We’re looking for a Staff MLOps Engineer to join our Machine Learning team. You’ll work closely with a team of engineers to create a platform on top of that data that will be leveraged by virtually every other product and system we have built or will build in the future. You’ll be responsible for building and maintaining the infrastructure and tooling that enables our ML Engineers and Data Scientists to focus on model development and feature engineering.
Key Responsibilities
- Design, implement, and maintain robust MLOps platforms and tooling for both batch and streaming ML pipelines.
- Develop and manage monitoring and observability solutions for ML systems.
- Lead DevOps practices, including CI/CD pipelines and Infrastructure as Code (IaC).
- Architect and implement cloud-based solutions on AWS.
- Collaborate with ML Engineers and Data Scientists to develop, train, and deploy machine learning models.
- Engage in feature engineering and model optimization to improve ML system performance.
- Participate in the full ML lifecycle, from data preparation to model deployment and monitoring.
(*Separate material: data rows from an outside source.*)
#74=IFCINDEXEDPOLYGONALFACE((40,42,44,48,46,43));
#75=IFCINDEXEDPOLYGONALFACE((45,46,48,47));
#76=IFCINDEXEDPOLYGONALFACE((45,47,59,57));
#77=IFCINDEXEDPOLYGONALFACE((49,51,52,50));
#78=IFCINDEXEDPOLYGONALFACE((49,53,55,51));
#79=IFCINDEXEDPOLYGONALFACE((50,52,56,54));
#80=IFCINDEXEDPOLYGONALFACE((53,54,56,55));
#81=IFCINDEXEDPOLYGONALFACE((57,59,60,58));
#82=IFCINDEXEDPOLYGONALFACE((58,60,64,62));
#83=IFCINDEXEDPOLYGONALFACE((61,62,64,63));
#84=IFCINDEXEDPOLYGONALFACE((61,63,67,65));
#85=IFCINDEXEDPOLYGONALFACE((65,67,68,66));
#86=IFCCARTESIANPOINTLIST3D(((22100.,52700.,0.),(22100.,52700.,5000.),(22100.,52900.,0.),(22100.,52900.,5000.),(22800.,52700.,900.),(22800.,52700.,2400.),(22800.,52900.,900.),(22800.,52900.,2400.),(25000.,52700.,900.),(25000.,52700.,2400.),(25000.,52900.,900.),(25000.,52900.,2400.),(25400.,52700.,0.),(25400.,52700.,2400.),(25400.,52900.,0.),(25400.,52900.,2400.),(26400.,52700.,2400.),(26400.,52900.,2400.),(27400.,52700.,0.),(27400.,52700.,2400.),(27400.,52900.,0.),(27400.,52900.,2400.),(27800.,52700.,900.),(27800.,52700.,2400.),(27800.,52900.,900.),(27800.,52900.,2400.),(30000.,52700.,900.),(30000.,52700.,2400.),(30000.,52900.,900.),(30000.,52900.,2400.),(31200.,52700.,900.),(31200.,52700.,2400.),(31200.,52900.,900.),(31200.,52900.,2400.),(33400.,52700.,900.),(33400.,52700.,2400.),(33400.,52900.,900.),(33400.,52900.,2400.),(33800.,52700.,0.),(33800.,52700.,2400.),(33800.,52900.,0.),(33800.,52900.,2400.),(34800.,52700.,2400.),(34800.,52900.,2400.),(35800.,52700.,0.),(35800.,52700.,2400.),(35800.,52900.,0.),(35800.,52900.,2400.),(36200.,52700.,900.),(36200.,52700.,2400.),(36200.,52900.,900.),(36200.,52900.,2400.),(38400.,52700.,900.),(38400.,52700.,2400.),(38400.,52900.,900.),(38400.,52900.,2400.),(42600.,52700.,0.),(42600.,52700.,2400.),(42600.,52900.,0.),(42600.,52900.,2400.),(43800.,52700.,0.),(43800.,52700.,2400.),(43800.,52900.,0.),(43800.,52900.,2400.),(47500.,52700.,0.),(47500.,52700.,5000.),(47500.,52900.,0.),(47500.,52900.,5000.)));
- Optimize and refactor existing systems for improved performance and reliability.
- Drive technical initiatives and best practices in both MLOps and ML Engineering.
Required Skills And Experience
- Strong Python Proficiency: Excellent skills for developing, deploying, and maintaining our machine learning systems.
- Language Versatility: Experience with statically-typed or JVM languages. Willingness to learn Scala is highly desirable.
- Cloud Engineering Skills: Extensive experience with Cloud Platforms & Services, ideally AWS (e.g., Lambda, ECS, ECR, CloudWatch, MSK, SNS, SQS).
- Infrastructure as Code: Proficiency in IaC, particularly Terraform.
- Kubernetes Expertise: Strong hands-on experience with managing clusters and deploying services.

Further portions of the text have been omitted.